Agora vai
A vida, o sonho, o hábito, o rio-tempo, o fundo-real. A sorte.
Ela é esse eterno, pra não dizer o constante ‘agora vai’.
É um eterno sonhar, onde quer que se enxergue o tempo desse sonho. Dele vem a imagem-lembrança de um amigo que se distanciou, da sua família, de possíveis conflitos. Ou de uma lembrança recente, de algo que nos chamou a atenção na tela de led, imagens oníricas de um futuro desejado talvez. Ou ele é isso mesmo, a mistura dos dois, o que somos e o que gostaríamos de viver, nos desprender do passado e ver nosso barco saindo lentamente do cais, mas constante.
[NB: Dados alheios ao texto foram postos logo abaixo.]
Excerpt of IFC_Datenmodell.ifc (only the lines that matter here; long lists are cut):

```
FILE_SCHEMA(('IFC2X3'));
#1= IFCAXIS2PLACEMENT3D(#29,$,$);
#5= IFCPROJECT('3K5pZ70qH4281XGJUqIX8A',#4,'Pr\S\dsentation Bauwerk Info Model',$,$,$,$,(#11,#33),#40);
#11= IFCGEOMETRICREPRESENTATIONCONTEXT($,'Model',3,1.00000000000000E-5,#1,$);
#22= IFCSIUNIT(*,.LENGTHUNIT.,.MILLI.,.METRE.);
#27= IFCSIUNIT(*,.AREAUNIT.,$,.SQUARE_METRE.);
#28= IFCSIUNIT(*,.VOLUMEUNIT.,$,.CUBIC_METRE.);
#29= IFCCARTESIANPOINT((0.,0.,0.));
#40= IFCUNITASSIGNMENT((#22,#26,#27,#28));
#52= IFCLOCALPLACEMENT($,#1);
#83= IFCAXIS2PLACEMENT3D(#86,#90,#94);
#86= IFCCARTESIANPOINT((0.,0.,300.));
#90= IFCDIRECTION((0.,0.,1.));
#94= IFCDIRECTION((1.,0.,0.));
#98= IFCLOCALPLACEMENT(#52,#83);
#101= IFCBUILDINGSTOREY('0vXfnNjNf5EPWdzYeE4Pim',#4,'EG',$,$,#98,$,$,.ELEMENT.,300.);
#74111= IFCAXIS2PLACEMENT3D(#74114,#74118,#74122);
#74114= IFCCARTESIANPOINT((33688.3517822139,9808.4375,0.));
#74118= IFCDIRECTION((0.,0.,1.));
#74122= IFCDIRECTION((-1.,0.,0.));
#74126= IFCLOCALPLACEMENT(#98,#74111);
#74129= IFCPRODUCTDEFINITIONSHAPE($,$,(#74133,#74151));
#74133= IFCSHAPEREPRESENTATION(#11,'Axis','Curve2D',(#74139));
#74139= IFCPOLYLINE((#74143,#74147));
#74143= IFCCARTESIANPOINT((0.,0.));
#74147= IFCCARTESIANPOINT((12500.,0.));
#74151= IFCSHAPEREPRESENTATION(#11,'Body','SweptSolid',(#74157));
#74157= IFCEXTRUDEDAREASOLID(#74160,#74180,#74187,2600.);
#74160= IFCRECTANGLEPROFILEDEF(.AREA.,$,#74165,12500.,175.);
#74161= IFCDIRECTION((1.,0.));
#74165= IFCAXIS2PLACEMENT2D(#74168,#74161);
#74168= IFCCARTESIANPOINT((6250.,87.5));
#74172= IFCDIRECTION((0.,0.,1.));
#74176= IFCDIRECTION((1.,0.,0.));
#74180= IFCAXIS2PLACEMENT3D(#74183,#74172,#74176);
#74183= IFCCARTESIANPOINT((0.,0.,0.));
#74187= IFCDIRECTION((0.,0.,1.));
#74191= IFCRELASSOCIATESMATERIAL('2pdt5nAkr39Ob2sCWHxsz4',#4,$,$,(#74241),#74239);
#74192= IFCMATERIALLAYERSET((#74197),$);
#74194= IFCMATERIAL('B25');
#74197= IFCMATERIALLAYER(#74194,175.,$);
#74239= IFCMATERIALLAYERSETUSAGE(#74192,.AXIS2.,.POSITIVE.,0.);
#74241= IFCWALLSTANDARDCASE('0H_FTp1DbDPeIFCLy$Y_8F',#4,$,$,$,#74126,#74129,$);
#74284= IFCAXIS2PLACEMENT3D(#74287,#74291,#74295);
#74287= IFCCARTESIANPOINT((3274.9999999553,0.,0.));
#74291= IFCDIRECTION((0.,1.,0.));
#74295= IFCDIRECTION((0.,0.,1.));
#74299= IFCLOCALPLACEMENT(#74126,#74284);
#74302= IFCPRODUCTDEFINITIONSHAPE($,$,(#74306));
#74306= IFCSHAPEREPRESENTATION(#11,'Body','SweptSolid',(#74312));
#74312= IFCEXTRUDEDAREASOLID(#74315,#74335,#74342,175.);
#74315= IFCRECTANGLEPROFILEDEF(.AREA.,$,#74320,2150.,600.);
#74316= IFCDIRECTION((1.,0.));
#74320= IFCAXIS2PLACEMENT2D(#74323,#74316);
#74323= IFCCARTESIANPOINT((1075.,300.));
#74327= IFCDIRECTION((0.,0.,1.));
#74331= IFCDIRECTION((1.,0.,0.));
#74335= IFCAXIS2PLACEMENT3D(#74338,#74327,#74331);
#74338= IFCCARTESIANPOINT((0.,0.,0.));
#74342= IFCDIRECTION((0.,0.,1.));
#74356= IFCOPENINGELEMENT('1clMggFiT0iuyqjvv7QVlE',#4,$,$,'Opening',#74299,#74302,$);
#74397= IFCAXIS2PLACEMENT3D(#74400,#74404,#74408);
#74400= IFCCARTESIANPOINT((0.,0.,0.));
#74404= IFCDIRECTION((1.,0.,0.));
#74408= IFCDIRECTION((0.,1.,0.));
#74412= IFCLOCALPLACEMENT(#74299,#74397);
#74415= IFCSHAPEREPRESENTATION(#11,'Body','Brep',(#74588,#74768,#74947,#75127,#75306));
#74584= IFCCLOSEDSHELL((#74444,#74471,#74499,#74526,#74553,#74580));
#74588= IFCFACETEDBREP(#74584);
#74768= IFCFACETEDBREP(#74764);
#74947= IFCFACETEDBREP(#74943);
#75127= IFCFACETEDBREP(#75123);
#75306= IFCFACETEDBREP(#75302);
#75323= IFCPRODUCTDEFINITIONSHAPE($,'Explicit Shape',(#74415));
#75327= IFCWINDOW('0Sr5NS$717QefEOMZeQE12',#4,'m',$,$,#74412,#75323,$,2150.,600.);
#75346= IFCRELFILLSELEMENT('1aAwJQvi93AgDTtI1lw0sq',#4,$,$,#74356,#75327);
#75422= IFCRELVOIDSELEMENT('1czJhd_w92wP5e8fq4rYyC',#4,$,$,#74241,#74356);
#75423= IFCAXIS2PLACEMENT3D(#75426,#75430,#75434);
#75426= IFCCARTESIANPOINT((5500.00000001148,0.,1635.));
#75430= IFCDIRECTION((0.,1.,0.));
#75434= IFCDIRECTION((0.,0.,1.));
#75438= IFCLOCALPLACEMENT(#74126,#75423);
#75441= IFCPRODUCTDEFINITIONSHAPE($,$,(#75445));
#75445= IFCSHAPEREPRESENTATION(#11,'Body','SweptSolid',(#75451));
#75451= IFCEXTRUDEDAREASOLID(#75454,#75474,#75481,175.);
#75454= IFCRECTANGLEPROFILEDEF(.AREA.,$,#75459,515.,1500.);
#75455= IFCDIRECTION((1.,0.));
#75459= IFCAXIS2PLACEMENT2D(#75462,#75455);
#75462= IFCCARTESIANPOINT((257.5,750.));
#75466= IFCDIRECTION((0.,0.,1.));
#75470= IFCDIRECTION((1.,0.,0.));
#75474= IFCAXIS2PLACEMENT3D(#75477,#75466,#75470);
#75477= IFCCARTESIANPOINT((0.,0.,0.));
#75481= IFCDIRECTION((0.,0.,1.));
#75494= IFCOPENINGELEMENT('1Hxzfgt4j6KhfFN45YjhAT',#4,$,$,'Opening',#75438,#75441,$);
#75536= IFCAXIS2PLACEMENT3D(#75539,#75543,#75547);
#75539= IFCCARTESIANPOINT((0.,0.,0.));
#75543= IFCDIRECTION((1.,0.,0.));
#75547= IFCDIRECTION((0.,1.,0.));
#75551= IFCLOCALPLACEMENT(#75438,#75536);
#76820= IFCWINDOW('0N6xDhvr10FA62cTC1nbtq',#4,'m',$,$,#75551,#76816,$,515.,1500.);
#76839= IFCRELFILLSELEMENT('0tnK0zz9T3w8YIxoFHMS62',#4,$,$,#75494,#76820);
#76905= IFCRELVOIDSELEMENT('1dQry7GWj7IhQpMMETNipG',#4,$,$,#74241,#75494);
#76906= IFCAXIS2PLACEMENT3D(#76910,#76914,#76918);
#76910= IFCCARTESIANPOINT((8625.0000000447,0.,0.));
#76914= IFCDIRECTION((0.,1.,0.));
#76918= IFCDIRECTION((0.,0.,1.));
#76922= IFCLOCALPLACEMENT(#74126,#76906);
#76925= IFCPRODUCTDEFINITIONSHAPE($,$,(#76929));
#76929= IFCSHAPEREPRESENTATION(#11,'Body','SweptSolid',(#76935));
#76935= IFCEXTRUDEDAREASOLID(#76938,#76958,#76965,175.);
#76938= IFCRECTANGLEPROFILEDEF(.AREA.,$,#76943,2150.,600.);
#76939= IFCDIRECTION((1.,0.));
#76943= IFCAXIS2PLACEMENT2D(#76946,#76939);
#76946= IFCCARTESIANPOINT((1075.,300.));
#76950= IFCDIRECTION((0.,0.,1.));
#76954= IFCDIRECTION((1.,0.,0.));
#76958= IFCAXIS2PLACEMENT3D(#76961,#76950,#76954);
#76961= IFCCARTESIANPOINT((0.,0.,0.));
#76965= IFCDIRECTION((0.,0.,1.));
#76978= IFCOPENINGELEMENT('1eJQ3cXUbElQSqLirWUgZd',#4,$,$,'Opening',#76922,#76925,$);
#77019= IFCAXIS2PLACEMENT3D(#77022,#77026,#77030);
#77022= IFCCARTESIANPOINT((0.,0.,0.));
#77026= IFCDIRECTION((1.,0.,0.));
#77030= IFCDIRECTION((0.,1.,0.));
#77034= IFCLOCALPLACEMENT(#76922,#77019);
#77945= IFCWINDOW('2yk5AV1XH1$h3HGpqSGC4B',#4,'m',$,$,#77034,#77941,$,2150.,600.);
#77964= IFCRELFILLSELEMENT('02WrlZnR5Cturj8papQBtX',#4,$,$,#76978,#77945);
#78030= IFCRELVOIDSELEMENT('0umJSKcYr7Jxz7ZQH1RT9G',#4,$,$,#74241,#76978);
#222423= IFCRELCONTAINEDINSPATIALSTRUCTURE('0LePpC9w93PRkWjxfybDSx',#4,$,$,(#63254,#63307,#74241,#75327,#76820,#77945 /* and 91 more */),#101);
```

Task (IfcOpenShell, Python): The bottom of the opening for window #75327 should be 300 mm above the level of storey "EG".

```python
import numpy as np
import ifcopenshell
import ifcopenshell.api.geometry
import ifcopenshell.geom
import ifcopenshell.util.element
import ifcopenshell.util.placement
import ifcopenshell.util.shape
import ifcopenshell.util.unit

model = ifcopenshell.open("IFC_Datenmodell.ifc")
unit_scale = ifcopenshell.util.unit.calculate_unit_scale(model)

window = model.by_guid("0Sr5NS$717QefEOMZeQE12")
opening = window.FillsVoids[0].RelatingOpeningElement
storey = ifcopenshell.util.element.get_container(window, ifc_class="IfcBuildingStorey")
level = ifcopenshell.util.placement.get_local_placement(storey.ObjectPlacement)[2, 3]

# The opening's origin need not be at the sill, so measure its lowest point.
shape = ifcopenshell.geom.create_shape(ifcopenshell.geom.settings(), opening)
bottom = ifcopenshell.util.shape.get_shape_bottom_elevation(shape, shape.geometry) / unit_scale
dz = level + 0.3 / unit_scale - bottom

shift = np.array([0.0, 0.0, dz])
# The window is placed relative to its opening, so it follows when the opening moves.
matrix = ifcopenshell.util.placement.get_local_placement(opening.ObjectPlacement)
matrix[:3, 3] += shift
ifcopenshell.api.geometry.edit_object_placement(
    model, product=opening, matrix=matrix, is_si=False, should_transform_children=True
)

print(f"moved by {dz * unit_scale:+.3f} m")

model.write("IFC_Datenmodell_updated.ifc")
```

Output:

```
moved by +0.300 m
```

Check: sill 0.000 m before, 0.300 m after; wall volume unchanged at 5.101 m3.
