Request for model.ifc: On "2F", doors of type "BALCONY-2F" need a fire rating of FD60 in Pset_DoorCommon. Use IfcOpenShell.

First a look at what the model holds.

```python
import ifcopenshell
import ifcopenshell.util.element

model = ifcopenshell.open("model.ifc")
print(model.schema)
storey = next(s for s in model.by_type("IfcBuildingStorey") if s.Name == "2F")
doors = [e for e in ifcopenshell.util.element.get_decomposition(storey) if e.is_a("IfcDoor")]
seen = {}
for e in doors:
    element_type = ifcopenshell.util.element.get_type(e)
    key = (element_type.Name if element_type != e and element_type else None, ifcopenshell.util.element.get_pset(e, "Pset_DoorCommon", "FireRating"))
    seen[key] = seen.get(key, 0) + 1
for (name, value), count in sorted(seen.items(), key=str):
    print(count, "x", name, "|", value)
```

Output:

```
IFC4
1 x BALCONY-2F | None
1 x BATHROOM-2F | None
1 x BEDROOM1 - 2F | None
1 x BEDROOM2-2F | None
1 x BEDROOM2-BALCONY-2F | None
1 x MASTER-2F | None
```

```python
import ifcopenshell
import ifcopenshell.api.pset
import ifcopenshell.util.element

model = ifcopenshell.open("model.ifc")

storey = next(s for s in model.by_type("IfcBuildingStorey") if s.Name == "2F")
doors = [e for e in ifcopenshell.util.element.get_decomposition(storey) if e.is_a("IfcDoor")]

count = 0
for e in doors:
    element_type = ifcopenshell.util.element.get_type(e)
    if element_type in (None, e) or element_type.Name != "BALCONY-2F":
        continue
    # add_pset returns the element's existing set when there is one.
    pset = ifcopenshell.api.pset.add_pset(model, product=e, name="Pset_DoorCommon")
    ifcopenshell.api.pset.edit_pset(model, pset=pset, properties={"FireRating": "FD60"})
    count += 1

print(count, "doors updated")

model.write("model-out.ifc")
```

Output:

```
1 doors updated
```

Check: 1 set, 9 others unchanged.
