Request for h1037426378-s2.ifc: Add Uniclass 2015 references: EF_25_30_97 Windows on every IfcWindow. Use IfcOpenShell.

First a look at what the model holds.

```python
import ifcopenshell

model = ifcopenshell.open("h1037426378-s2.ifc")
print(model.schema)
print("classifications:", [c.Name for c in model.by_type("IfcClassification")])
for ifc_class in ("IfcDoor", "IfcRoof", "IfcStair", "IfcWall", "IfcWindow"):
    print(ifc_class, len(model.by_type(ifc_class)))
```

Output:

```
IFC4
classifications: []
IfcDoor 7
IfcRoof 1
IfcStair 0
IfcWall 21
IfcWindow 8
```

```python
import ifcopenshell
import ifcopenshell.api.classification

model = ifcopenshell.open("h1037426378-s2.ifc")

system = ifcopenshell.api.classification.add_classification(model, classification="Uniclass 2015")

codes = {
    "IfcWindow": ("EF_25_30_97", "Windows"),
}
for ifc_class, (code, name) in codes.items():
    products = model.by_type(ifc_class)
    ifcopenshell.api.classification.add_reference(
        model, products=products, classification=system, identification=code, name=name
    )
    print(code, len(products))

model.write("h1037426378-s2_edited.ifc")
```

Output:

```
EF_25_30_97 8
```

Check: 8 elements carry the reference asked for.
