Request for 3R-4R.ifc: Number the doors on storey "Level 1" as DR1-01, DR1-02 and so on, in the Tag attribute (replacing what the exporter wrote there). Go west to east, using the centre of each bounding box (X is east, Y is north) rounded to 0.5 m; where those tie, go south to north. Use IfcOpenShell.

First a look at what the model holds.

```python
import ifcopenshell
import ifcopenshell.util.element
import ifcopenshell.util.placement

model = ifcopenshell.open("3R-4R.ifc")
print(model.schema)
storey = next(s for s in model.by_type("IfcBuildingStorey") if s.Name == "Level 1")
doors = [e for e in ifcopenshell.util.element.get_decomposition(storey) if e.is_a("IfcDoor")]
for e in sorted(doors, key=lambda e: e.id()):
    origin = ifcopenshell.util.placement.get_local_placement(e.ObjectPlacement)[:3, 3]
    print(e.id(), e.Tag, e.Name, origin.round(2) + 0.0, sep=" | ")
```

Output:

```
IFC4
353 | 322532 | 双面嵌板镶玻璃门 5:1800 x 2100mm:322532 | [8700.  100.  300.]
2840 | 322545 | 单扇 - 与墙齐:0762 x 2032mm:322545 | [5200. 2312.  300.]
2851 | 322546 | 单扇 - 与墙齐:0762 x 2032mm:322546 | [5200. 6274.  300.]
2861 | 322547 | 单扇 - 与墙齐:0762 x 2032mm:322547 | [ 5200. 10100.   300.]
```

```python
import ifcopenshell
import ifcopenshell.geom
import ifcopenshell.util.element
import ifcopenshell.util.shape

model = ifcopenshell.open("3R-4R.ifc")
settings = ifcopenshell.geom.settings()
settings.set("use-world-coords", True)


def centre(element):
    shape = ifcopenshell.geom.create_shape(settings, element)
    return ifcopenshell.util.shape.get_bbox_centroid(shape.geometry)


storey = next(s for s in model.by_type("IfcBuildingStorey") if s.Name == "Level 1")
doors = [e for e in ifcopenshell.util.element.get_decomposition(storey) if e.is_a("IfcDoor")]

# Insertion points can sit at a corner or the storey origin, so sort by the geometry (in metres).
centres = {e: centre(e) for e in doors}
doors.sort(key=lambda e: (round(centres[e][0] / 0.5), centres[e][1]))

for i, e in enumerate(doors, start=1):
    number = f"DR1-{i:02d}"
    e.Tag = number
    print(e.id(), number)

model.write("3R-4R_rev.ifc")
```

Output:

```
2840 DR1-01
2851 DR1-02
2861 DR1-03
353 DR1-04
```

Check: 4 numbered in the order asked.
Ela traz essa sensação de repetição, assim como as noites, os dias, as refeições, as idas ao banheiro, a padaria, a banca de jornal, ao cigarro, ao remendo do furo do pneu da bicicleta. Se existe uma grande vantagem em ‘levar a vida’ a dois, é a de perceber calmamente, no geral, a passagem dos dias. Tudo se torna um hábito.
Fico a observar discretamente os mais velhos e vejo neles essa sabedoria de deixar-se viver o tempo. A vontade de ter, de ser aventureiro, fugaz, com o tempo deve se esvair, mas não assim tão fácil. Para podermos nos dar o luxo de ‘levitar’ no tempo, devemos nos agarrar ao fundo do rio, segurar o que tiver: areia, algas, e torcer para que nenhum tronco acerte a cabeça. Isso, o tempo é a esfinge para a qual nos olhos não devemos olhar. O tempo é o sol.
Como se fossemos peixes nadando contra a correnteza que nos levará ao mar, devemos fazer com o nosso peito uma ventosa para manter os pensamentos no chão.
Então o que seria a sorte nessa passagem do tempo? ‘Agora vai’, entendi: a sorte é conseguir o que se quer; a conspiração do universo a favor.
‘O ser humano se acostuma a tudo’, disse ele, um pequeno grande amigo. Uma sentença para aquela noite de boemia, um trunfo, um desafio a ser perseguido, um segredo a ser revelado pra própria trajetória.
Querer mudar, querer evoluir financeiramente, pessoalmente, requer uma prática tão constante quanto à rotina. É um querer tornar-se, uma fase provisória rumo a outro lugar, ou a outro modo de vida, mais criativo, mais saudável, sempre geralmente rico.
Uma das coisas que mais me entristecem não é a queda ‘punk’, mas a solidão do que chamamos de disciplina e respeito. Essa ‘prova dos nove’, onde todos parecem ‘fazer sentido’, menos o seu sujeito, angustia a alma, e suscita uma pergunta: o que estou esperando? ‘Agora vai’, entendi: fazer sentido significa ser. Ser, segundo sua ‘lei’, sua vontade, “Estou aqui por que quero”.
Toda vez que eu vejo uma barata vindo em minha direção, eu lembro de Gregor Sansa, aí eu levanto a cabeça e Dinho que não li “A Metamorfose”.